History

Russia
- Name: Sparta
- Owner: Antaeus
- Port of registry: Sovetskaya Gavan
- Launched: 10 January 1988

General characteristics
- Displacement: 876 tons
- Length: 48 m (157 ft 6 in)
- Beam: 8.8 m (28 ft 10 in)
- Height: 3.7 m (12 ft 2 in)
- Draught: 3.34 m (10 ft 11 in)
- Capacity: 286 tons
- Crew: 32

= Sparta (ship) =

Sparta is a 48 m Russian-flagged fishing trawler and refrigerator ship.

==Ross Sea incident==
On 16 December 2011 Sparta sent out a distress signal after it struck a submerged iceberg while fishing for Antarctic cod in the Ross Sea. The incident left the vessel holed below the waterline and sinking close to the Ross Ice Shelf and approximately 2,000 nmi south-east of New Zealand. The Royal New Zealand Air Force twice sent Hercules aircraft on seven-hour flights from Christchurch to air-drop equipment. (The planes had to refuel at McMurdo Station in Antarctica before returning to base.) The air-drops allowed the 32-man crew to pump out the flooded hold, make temporary repairs and stabilise the listing ship.

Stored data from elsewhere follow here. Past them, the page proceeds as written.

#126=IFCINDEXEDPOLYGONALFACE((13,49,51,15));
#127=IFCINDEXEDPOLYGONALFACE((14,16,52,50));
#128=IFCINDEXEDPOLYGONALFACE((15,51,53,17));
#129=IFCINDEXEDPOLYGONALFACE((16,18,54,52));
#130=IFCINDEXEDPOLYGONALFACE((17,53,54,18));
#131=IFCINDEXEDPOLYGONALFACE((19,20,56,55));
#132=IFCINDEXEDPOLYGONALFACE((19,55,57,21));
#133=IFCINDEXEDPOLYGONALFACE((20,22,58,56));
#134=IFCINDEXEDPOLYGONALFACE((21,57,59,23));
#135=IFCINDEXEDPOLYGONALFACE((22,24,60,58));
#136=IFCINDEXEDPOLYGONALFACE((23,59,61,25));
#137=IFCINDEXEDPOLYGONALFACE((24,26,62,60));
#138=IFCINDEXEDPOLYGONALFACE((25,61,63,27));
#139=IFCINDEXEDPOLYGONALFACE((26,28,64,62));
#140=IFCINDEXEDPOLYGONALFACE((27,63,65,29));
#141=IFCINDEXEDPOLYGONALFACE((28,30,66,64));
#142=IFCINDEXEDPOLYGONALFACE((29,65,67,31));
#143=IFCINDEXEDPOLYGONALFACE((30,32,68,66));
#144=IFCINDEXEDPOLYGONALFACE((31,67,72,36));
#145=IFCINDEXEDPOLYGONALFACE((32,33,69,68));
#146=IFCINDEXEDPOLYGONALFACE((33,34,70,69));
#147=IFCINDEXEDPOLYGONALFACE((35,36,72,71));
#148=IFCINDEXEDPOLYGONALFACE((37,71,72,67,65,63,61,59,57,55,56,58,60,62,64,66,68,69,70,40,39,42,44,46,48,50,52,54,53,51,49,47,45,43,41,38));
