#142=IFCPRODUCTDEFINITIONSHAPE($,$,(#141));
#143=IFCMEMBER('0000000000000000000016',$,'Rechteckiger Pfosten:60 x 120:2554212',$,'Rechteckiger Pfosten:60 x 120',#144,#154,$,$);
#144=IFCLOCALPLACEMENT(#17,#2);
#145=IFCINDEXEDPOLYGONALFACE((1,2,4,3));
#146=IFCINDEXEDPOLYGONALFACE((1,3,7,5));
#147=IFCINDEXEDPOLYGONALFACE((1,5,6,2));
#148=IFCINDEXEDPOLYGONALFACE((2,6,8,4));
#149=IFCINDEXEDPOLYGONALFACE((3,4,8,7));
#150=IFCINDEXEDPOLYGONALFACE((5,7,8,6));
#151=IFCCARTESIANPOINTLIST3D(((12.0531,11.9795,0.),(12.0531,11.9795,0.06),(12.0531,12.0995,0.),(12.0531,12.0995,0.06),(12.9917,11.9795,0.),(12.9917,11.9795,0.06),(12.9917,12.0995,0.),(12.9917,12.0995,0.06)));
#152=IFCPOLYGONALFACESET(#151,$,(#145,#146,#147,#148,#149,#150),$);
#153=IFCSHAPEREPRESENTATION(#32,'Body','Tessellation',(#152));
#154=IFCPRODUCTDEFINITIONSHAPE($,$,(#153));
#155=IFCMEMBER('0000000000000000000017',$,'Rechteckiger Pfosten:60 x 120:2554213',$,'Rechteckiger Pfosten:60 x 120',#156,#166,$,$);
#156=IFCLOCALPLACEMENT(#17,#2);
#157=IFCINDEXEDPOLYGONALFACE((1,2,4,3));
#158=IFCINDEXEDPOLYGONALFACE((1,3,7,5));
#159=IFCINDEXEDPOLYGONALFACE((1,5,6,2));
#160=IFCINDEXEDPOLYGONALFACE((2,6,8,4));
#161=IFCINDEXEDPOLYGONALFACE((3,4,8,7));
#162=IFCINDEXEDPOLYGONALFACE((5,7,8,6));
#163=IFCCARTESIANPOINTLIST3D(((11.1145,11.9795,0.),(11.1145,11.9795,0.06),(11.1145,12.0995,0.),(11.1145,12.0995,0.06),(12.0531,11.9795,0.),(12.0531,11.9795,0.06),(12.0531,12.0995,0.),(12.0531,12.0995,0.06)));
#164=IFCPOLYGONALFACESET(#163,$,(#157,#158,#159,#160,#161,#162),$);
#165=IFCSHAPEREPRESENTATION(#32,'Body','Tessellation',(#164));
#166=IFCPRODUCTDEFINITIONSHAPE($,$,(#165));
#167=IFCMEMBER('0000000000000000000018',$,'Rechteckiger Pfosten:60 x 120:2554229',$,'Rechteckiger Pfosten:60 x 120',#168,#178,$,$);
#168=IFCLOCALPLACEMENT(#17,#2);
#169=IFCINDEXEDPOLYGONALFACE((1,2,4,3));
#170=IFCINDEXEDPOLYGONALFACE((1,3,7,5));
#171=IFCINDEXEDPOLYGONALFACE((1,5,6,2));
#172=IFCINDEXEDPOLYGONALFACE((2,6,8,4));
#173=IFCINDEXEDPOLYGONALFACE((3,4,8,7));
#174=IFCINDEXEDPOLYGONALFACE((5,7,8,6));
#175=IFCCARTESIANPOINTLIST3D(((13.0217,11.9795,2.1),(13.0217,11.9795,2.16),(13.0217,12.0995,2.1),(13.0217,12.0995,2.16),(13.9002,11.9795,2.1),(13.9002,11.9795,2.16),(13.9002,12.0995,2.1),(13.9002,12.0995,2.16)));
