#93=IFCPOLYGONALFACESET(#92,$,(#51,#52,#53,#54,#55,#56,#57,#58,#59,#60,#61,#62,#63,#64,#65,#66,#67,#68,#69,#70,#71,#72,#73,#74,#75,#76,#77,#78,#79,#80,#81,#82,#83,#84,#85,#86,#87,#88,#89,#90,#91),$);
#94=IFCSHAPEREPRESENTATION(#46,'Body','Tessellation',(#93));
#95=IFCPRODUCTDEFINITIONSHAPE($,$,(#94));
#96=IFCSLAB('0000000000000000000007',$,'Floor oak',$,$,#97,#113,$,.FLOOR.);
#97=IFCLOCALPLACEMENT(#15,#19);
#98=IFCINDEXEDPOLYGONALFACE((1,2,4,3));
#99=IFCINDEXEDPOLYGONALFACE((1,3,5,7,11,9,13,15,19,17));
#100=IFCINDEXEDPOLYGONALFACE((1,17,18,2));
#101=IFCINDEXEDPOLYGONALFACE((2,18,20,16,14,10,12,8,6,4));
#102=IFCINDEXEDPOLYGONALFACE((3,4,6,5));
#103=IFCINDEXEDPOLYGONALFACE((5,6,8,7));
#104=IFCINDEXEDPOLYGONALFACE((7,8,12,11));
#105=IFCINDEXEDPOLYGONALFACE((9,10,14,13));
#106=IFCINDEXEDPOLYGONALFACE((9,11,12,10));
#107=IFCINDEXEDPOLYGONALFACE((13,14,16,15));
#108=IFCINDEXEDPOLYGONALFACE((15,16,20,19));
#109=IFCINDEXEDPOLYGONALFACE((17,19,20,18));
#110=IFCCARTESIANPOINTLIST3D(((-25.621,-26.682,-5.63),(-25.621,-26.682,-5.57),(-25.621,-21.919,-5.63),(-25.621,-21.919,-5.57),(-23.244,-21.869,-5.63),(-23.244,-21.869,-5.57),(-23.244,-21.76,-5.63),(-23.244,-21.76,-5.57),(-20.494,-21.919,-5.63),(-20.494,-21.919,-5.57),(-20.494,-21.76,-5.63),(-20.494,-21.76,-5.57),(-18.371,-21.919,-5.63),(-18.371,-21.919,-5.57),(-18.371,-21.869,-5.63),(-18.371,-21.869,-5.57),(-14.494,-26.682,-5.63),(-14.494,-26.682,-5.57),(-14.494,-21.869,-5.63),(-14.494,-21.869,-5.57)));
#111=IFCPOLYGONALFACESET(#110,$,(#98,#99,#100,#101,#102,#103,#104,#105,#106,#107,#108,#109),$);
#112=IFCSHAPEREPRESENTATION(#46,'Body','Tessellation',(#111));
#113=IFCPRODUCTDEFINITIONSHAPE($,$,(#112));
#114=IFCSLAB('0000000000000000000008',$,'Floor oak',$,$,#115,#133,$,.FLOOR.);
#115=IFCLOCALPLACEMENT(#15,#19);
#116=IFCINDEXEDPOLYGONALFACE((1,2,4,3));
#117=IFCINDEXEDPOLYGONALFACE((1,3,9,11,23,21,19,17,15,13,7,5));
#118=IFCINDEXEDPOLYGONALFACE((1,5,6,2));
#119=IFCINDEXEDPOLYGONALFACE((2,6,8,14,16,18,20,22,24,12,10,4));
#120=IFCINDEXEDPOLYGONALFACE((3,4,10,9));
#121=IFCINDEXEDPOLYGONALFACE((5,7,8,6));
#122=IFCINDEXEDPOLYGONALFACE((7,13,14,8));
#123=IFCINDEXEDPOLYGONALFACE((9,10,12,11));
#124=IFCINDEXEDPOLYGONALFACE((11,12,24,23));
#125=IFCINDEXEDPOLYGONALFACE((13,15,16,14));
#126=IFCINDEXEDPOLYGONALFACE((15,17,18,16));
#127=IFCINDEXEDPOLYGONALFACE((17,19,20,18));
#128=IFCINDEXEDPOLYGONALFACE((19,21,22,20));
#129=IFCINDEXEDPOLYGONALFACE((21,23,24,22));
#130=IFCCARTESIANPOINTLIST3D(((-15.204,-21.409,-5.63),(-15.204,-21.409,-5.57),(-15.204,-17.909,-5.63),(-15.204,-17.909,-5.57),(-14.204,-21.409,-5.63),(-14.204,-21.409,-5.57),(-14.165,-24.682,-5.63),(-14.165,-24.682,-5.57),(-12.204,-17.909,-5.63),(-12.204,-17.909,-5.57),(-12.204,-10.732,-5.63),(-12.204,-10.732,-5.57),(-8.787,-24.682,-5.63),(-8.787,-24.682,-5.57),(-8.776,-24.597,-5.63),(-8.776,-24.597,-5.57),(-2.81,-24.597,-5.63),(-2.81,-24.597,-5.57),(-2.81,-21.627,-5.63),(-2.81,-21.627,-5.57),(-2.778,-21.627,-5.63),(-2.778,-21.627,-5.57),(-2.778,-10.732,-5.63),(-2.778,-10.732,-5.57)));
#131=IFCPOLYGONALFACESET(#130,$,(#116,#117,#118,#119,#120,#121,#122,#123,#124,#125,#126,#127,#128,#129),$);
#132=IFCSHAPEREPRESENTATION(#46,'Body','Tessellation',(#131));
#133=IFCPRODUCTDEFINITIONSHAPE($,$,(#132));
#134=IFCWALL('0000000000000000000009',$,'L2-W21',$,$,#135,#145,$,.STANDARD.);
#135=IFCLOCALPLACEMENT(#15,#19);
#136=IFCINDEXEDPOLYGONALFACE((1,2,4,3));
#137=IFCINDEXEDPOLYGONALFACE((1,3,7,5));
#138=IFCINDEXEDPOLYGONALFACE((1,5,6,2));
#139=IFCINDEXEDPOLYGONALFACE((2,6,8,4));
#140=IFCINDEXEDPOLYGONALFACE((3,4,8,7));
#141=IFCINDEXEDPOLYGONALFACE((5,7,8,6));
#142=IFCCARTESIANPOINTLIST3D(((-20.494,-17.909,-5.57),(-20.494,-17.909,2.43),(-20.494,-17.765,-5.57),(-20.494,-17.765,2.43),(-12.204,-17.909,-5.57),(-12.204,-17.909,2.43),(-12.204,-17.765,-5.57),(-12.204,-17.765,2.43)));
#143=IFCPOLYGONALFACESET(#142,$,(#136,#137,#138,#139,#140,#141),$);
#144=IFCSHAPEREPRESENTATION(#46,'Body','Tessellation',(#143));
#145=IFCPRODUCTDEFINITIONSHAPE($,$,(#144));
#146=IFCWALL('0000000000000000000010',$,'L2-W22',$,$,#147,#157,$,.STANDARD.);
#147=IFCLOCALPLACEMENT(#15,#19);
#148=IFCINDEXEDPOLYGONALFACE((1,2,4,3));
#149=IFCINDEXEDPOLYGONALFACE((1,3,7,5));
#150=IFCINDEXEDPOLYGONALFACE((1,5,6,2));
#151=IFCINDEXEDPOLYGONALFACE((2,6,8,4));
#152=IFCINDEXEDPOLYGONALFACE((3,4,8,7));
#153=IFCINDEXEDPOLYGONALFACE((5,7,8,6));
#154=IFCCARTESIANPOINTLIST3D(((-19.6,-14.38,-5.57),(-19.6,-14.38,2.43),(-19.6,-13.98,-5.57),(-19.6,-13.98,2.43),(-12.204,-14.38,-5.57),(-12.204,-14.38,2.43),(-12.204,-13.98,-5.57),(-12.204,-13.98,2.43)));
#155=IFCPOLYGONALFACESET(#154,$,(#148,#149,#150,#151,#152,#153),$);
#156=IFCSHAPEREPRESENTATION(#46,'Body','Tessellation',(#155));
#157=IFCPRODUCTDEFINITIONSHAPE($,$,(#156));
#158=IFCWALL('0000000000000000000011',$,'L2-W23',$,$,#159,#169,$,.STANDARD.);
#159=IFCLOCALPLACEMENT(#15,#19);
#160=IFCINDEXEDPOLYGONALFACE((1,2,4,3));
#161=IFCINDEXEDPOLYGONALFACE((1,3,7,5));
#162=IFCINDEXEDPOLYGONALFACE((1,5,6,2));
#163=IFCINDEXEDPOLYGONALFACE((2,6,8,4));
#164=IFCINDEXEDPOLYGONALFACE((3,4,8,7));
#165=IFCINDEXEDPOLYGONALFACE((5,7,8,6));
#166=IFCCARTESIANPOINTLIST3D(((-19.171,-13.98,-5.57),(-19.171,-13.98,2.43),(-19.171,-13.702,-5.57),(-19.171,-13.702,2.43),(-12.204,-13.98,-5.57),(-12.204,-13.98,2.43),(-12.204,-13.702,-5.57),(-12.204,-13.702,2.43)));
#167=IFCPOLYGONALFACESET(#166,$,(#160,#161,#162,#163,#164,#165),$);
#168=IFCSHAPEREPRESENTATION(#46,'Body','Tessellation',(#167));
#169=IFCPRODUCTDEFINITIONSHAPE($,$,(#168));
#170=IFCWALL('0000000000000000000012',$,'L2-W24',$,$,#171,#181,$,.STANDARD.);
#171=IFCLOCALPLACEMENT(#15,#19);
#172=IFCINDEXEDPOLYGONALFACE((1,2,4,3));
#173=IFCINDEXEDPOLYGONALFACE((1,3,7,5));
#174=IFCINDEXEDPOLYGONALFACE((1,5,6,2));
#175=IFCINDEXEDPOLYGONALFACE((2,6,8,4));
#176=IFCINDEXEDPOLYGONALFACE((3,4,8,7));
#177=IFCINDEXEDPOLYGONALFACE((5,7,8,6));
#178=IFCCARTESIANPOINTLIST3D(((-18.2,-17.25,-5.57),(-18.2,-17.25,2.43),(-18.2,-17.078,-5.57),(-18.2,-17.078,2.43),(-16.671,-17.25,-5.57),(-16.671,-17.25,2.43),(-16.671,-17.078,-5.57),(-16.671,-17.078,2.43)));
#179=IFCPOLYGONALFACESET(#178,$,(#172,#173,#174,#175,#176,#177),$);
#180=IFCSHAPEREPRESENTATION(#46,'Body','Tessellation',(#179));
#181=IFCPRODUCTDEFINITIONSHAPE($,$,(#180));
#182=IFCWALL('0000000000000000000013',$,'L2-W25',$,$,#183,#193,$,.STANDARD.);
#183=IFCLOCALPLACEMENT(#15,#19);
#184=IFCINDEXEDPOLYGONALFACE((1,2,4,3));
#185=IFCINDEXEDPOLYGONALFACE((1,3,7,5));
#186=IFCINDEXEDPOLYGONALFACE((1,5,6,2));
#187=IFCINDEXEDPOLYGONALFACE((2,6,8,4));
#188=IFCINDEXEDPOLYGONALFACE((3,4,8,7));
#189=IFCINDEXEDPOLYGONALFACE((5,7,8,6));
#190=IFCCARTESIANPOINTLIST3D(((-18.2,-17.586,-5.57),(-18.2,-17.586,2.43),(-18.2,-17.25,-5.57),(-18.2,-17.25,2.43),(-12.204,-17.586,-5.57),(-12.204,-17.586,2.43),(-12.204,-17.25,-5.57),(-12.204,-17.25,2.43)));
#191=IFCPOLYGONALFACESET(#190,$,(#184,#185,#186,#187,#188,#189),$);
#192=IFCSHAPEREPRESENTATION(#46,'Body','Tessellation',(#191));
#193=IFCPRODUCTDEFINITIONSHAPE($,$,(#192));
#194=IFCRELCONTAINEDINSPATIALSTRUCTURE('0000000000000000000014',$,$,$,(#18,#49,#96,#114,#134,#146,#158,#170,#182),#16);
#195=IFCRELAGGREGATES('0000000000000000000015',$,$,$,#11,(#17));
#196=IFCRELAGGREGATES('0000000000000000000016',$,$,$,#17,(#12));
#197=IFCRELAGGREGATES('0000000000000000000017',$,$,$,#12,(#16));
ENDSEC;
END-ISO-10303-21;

Pack ice meant nearby vessels, such as the Norwegian Seljevaer and Spartas Russian sister ship Chiyo Maru 3, were unable to come to Spartas aid. The crew of Sparta, made up of 16 Indonesians, 15 Russians and a Ukrainian researcher, had to wait until 26 December 2011 when the South Korean icebreaker arrived. One of Araons first tasks was to pump fuel into the raised side of Sparta, thus lifting the damaged hull and exposing it to the air. Sparta was stuck for 12 days before repairs could be made and it could head for safety in Port Nelson, New Zealand.

With the ship's fate in the balance, biologist David Ainley had criticised the system of fishing permits that allowed "underpowered, single-hulled boats" to operate in the area and the costs involved in rescuing them. Ecologist Alexei Knishkikov added his concern for local marine wildlife, should any of the Spartas 200 tons of light fuel oil leak into the sea. In the event, only a little hydraulic oil spilled into the water.